#  > Islam >  > Hadieth >  Surah Al-Baqarah

## awwab

Al-Bukhari heeft ook een Hadith verzameld waarin * Usayd bin Hudayr zei dat hij een keer Surat Al-Baqarah reciteerde terwijl zijn paard naast hem stond vast gebonden. Het paard begon geluiden te maken. Toen Usayd met reciteren stopte, hield het paard op met bewegen. Toen hij opnieuw met reciteren begon, ging het paard weer bewegen.Toen hij met reciteren stopte, stopte het paard met bewegen, en toen hij de recitatie hervatte, bewoog het paard weer. Ondertussen was zijn zoon Yahyaa dichtbij het paard gekomen, en hij was bang dat het paard op hem zou gaan staan.

Toen hij zijn zoon aan de kant zette keek hij naar de lucht en zag een wolk waar licht uit straalde dat op lampen leek. In de ochtend ging hij naar Rasuulullaah en vertelde hem wat er gebeurd was en zei toen: "O Rasuulullaah! Mijn zoon Yahyaa was dichtbij het paard en ik was bang dat zij op hem zou gaan staan.

Toen ik naar hem toe ging hief ik mijn hoofd op naar de lucht; ik zag een wolk met lichten zoals lampen. Dus ging ik maar ik kon het niet zien."

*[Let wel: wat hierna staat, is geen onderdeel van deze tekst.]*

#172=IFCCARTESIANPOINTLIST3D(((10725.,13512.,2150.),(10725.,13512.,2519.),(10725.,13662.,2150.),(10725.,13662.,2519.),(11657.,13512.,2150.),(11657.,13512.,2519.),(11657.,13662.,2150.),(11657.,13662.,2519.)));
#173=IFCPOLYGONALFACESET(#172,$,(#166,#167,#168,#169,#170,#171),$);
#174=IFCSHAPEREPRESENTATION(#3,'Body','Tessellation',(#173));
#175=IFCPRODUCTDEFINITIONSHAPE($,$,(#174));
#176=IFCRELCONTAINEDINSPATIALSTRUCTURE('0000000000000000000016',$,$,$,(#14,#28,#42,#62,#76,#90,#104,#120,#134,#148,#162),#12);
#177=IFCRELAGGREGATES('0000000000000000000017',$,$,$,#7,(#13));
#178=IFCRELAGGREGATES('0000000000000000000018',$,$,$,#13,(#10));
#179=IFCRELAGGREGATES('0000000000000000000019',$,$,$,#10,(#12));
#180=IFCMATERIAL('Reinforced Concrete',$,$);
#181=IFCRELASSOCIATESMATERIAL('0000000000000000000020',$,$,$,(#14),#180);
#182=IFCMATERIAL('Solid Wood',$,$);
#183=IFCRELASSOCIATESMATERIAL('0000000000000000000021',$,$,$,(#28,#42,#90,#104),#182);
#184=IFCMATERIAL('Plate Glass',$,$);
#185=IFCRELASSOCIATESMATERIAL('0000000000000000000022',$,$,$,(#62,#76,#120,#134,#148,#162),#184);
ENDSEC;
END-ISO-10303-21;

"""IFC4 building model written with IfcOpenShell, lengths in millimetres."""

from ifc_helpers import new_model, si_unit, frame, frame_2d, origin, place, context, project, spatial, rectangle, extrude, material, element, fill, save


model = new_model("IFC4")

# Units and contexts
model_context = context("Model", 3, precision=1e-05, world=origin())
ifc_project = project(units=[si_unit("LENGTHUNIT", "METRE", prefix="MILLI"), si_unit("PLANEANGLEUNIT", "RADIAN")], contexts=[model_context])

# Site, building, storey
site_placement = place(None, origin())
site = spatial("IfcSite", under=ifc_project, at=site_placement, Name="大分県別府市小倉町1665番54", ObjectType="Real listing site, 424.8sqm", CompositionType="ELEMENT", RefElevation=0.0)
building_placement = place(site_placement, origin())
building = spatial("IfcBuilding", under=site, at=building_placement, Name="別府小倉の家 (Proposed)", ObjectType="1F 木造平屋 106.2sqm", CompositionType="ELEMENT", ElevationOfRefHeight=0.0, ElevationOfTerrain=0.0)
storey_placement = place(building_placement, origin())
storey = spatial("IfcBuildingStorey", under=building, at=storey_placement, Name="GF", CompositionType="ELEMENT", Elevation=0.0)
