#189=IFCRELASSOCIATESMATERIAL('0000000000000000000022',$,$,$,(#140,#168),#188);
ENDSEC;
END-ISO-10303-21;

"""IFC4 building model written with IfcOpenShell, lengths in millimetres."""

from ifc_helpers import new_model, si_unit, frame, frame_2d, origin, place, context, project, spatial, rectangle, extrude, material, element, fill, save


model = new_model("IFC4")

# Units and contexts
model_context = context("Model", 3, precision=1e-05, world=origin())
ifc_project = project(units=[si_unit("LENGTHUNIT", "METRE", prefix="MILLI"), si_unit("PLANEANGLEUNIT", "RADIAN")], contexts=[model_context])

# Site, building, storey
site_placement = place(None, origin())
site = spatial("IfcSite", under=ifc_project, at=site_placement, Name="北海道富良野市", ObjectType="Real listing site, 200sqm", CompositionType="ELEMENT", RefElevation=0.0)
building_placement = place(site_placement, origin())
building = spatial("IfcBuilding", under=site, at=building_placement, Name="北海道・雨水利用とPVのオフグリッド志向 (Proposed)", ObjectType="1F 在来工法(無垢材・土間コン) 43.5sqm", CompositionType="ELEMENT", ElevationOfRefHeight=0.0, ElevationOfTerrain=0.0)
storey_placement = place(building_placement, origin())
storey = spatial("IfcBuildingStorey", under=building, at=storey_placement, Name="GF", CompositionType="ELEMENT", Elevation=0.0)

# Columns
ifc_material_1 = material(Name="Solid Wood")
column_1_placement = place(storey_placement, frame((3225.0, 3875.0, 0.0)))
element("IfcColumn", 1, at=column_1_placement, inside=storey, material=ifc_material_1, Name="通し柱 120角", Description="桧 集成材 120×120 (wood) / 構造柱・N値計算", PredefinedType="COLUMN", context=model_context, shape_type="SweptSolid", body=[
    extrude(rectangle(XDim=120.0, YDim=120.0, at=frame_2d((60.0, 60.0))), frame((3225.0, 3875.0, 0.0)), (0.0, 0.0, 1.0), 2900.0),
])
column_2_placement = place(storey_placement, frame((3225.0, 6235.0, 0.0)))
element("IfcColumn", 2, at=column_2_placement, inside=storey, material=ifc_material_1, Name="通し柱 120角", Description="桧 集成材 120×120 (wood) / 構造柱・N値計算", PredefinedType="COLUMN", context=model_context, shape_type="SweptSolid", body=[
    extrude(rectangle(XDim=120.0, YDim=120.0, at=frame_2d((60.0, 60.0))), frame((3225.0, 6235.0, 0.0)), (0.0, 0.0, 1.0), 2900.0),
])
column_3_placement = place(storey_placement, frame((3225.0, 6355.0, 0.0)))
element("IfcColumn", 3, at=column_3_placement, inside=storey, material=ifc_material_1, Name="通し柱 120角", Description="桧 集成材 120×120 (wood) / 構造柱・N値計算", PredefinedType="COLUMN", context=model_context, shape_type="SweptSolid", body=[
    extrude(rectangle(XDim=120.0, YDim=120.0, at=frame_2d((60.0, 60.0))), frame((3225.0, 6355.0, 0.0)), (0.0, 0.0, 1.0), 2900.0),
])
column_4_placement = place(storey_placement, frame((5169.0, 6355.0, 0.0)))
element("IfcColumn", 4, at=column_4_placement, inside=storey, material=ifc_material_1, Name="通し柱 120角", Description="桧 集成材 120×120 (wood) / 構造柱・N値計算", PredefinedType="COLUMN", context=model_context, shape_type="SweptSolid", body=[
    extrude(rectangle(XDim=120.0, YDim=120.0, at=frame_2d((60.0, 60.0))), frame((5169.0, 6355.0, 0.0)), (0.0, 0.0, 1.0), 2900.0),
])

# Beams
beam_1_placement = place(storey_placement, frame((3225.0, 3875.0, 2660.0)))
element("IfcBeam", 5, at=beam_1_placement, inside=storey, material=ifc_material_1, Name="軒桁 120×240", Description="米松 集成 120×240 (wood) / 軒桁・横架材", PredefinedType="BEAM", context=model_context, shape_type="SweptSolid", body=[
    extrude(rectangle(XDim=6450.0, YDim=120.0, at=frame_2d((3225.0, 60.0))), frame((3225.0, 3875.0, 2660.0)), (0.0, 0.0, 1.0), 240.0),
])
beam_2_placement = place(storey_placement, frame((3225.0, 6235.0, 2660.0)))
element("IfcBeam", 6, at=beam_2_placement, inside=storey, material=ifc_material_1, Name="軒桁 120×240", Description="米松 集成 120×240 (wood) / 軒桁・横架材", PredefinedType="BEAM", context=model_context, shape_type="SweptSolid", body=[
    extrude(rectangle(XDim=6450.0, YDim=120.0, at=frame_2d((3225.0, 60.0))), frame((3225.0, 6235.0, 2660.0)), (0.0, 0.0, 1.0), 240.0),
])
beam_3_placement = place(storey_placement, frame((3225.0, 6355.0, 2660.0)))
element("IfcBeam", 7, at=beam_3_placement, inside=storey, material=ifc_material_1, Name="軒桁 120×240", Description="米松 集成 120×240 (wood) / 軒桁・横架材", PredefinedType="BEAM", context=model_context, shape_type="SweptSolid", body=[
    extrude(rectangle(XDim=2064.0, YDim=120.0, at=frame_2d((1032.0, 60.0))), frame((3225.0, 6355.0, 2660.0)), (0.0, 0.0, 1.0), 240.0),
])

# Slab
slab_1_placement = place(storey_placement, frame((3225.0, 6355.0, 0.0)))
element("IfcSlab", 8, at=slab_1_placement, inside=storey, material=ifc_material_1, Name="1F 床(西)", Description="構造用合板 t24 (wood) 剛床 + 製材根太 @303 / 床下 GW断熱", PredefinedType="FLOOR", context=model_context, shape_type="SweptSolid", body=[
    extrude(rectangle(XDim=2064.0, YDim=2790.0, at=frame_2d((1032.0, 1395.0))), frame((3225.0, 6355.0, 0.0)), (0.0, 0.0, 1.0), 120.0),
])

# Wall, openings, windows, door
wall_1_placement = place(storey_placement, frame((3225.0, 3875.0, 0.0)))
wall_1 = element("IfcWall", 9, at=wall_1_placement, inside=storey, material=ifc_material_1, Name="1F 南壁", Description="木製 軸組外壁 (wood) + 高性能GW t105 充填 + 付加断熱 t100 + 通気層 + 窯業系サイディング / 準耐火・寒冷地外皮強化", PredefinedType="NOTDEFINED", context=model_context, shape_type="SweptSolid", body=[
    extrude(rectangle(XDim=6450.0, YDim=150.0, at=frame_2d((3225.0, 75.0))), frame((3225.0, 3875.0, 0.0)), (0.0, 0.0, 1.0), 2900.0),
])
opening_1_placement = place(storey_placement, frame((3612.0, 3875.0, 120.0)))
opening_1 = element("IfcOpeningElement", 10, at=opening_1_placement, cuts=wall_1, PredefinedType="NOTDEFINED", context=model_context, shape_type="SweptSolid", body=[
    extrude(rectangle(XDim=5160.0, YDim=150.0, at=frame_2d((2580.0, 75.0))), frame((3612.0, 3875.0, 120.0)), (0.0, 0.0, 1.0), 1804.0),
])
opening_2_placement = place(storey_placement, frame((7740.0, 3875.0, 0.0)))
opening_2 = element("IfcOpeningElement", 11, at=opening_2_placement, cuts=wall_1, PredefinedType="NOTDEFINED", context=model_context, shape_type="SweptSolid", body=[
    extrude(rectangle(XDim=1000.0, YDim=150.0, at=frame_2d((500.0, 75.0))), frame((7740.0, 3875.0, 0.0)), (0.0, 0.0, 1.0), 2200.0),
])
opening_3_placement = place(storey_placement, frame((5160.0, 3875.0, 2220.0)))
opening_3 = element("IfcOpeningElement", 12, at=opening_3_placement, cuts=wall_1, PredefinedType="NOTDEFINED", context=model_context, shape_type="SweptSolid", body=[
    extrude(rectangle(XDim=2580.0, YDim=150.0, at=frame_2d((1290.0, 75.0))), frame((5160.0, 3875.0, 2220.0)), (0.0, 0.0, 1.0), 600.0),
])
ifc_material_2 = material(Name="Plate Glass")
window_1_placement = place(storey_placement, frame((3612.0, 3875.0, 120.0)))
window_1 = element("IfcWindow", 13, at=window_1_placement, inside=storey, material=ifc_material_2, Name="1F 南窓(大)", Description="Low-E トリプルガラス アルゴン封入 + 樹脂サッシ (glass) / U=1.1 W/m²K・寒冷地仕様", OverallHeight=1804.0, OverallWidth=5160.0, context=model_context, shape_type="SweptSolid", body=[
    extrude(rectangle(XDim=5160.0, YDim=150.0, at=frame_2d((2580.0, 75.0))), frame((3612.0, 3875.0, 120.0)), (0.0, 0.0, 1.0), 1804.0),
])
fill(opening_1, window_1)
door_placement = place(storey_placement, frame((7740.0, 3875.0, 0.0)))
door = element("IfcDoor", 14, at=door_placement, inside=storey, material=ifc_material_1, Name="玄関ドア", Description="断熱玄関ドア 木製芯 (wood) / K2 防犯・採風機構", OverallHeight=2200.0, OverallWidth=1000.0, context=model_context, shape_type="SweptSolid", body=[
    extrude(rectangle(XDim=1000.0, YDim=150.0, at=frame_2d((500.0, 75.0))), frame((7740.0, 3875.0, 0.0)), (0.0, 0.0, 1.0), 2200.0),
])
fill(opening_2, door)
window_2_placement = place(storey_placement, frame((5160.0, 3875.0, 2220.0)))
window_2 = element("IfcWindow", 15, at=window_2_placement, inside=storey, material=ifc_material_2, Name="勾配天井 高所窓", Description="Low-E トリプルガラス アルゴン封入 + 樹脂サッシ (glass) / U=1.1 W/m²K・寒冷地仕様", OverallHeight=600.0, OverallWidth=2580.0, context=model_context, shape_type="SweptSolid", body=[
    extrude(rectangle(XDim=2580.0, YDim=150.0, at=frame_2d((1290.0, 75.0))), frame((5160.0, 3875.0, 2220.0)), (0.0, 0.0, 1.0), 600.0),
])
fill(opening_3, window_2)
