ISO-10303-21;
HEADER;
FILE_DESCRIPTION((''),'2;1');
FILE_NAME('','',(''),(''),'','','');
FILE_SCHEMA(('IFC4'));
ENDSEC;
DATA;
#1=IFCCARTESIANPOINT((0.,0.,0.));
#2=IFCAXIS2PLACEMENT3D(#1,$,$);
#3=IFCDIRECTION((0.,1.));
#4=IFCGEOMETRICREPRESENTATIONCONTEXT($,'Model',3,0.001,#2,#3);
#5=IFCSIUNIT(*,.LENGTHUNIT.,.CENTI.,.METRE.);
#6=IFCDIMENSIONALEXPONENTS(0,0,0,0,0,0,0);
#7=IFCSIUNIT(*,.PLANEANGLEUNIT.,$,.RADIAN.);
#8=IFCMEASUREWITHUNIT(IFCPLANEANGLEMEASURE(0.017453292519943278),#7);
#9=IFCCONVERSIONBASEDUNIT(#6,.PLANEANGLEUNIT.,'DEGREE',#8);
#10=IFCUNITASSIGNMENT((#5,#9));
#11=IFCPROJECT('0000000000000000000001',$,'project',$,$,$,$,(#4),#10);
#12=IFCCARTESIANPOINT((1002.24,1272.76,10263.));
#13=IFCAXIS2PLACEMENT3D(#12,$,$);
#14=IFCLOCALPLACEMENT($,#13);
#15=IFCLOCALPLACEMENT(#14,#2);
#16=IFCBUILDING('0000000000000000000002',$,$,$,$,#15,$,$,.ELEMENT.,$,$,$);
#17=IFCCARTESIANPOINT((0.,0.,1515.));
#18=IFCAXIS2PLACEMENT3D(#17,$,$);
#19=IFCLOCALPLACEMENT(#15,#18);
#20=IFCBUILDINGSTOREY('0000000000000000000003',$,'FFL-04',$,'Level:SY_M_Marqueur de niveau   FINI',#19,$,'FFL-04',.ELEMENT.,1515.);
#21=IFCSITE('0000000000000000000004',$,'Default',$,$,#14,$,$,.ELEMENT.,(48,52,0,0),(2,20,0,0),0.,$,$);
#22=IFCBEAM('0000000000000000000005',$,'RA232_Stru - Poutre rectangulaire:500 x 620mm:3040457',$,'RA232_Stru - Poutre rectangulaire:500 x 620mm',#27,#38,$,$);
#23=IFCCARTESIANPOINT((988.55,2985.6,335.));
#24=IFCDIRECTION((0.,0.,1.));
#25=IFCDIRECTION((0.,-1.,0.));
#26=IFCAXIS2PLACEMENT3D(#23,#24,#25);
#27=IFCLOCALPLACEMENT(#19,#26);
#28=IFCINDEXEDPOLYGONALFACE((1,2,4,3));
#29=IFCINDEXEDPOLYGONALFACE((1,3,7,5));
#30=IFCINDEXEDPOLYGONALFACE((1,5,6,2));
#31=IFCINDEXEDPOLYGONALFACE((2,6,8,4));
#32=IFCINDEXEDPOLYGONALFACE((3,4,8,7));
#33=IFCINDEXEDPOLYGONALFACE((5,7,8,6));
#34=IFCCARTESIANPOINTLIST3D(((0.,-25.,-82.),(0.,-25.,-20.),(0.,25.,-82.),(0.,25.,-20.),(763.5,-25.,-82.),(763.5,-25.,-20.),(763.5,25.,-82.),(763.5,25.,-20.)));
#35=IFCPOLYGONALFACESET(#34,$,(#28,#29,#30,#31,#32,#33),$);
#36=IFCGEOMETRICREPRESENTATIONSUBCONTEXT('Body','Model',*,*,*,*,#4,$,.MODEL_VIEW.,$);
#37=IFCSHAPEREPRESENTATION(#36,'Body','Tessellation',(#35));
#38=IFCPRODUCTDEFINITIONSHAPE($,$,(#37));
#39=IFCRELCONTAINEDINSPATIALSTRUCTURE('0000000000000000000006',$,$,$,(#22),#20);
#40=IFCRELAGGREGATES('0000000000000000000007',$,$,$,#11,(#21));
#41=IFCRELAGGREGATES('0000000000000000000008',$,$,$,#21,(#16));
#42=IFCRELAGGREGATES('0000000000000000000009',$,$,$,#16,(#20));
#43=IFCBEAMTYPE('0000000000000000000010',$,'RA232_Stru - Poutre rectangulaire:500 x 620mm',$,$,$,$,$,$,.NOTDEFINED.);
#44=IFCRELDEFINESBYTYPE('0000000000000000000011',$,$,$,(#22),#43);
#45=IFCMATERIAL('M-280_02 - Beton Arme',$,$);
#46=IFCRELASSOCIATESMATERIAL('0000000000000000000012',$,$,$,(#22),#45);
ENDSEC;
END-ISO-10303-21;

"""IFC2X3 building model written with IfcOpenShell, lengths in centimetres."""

from ifc_helpers import new_model, entity, si_unit, converted_unit, direction, frame, frame_2d, origin, place, context, subcontext, project, spatial, rectangle, extrude, material, type_object, element, save


model = new_model("IFC2X3")

# Units and contexts
model_context = context("Model", 3, precision=0.001, world=origin(), true_north=direction((0.0, 1.0)))
body_context = subcontext(model_context, "Body", "Model", "MODEL_VIEW")
ifc_project = project(units=[si_unit("LENGTHUNIT", "METRE", prefix="CENTI"), converted_unit("PLANEANGLEUNIT", "DEGREE", entity("IfcPlaneAngleMeasure", 0.017453292519943278), si_unit("PLANEANGLEUNIT", "RADIAN"), dimensions=[0, 0, 0, 0, 0, 0, 0])], contexts=[model_context])

# Site, building, storey
site_placement = place(None, frame((1002.24, 1272.76, 10263.0)))
site = spatial("IfcSite", under=ifc_project, at=site_placement, Name="Default", CompositionType="ELEMENT", RefLatitude=(48, 52, 0, 0), RefLongitude=(2, 20, 0, 0), RefElevation=0.0)
building_placement = place(site_placement, origin())
building = spatial("IfcBuilding", under=site, at=building_placement, CompositionType="ELEMENT")
storey_placement = place(building_placement, frame((0.0, 0.0, 1515.0)))
storey = spatial("IfcBuildingStorey", under=building, at=storey_placement, Name="FFL-04", ObjectType="Level:SY_M_Marqueur de niveau   FINI", LongName="FFL-04", CompositionType="ELEMENT", Elevation=1515.0)

# Beam
ifc_material_1 = material(Name="M-280_02 - Beton Arme")
beam_type = type_object("IfcBeamType", Name="RA232_Stru - Poutre rectangulaire:500 x 620mm", PredefinedType="NOTDEFINED")
beam_placement = place(storey_placement, frame((988.55, 2985.6, 335.0), z_axis=(0.0, 0.0, 1.0), x_axis=(0.0, -1.0, 0.0)))
element("IfcBeam", 1, at=beam_placement, inside=storey, type_object=beam_type, material=ifc_material_1, Name="RA232_Stru - Poutre rectangulaire:500 x 620mm:3040457", ObjectType="RA232_Stru - Poutre rectangulaire:500 x 620mm", context=body_context, shape_type="SweptSolid", body=[
    extrude(rectangle(XDim=62.0, YDim=50.0, at=frame_2d((0.0, 0.0), x_axis=(1.0, 0.0))), frame((0.0, 0.0, -51.0), z_axis=(1.0, 0.0, 0.0), x_axis=(0.0, 0.0, -1.0)), (0.0, 0.0, 1.0), 763.5),
])

save(model, "model.ifc")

De Profeet zei:"Weet je wat dat was?" Hij zei:"Nee." De Profeet zei:

"Zij waren de engelen; zij kwamen dichtbij om jouw stem te horen (welke Surat Al-Baqarah reciteerde) en als jij met lezen door was gegaan, zouden de mensen wanneer de ochtend zou komen de engelen hebben kunnen zien en de engelen zouden niet verborgen voor hun ogen zijn geweest."*

Fath Al-Baari 8:680.

----------


## Planwest

Nour 3la nour

----------


## serieuze_man_36

subhana Allah

----------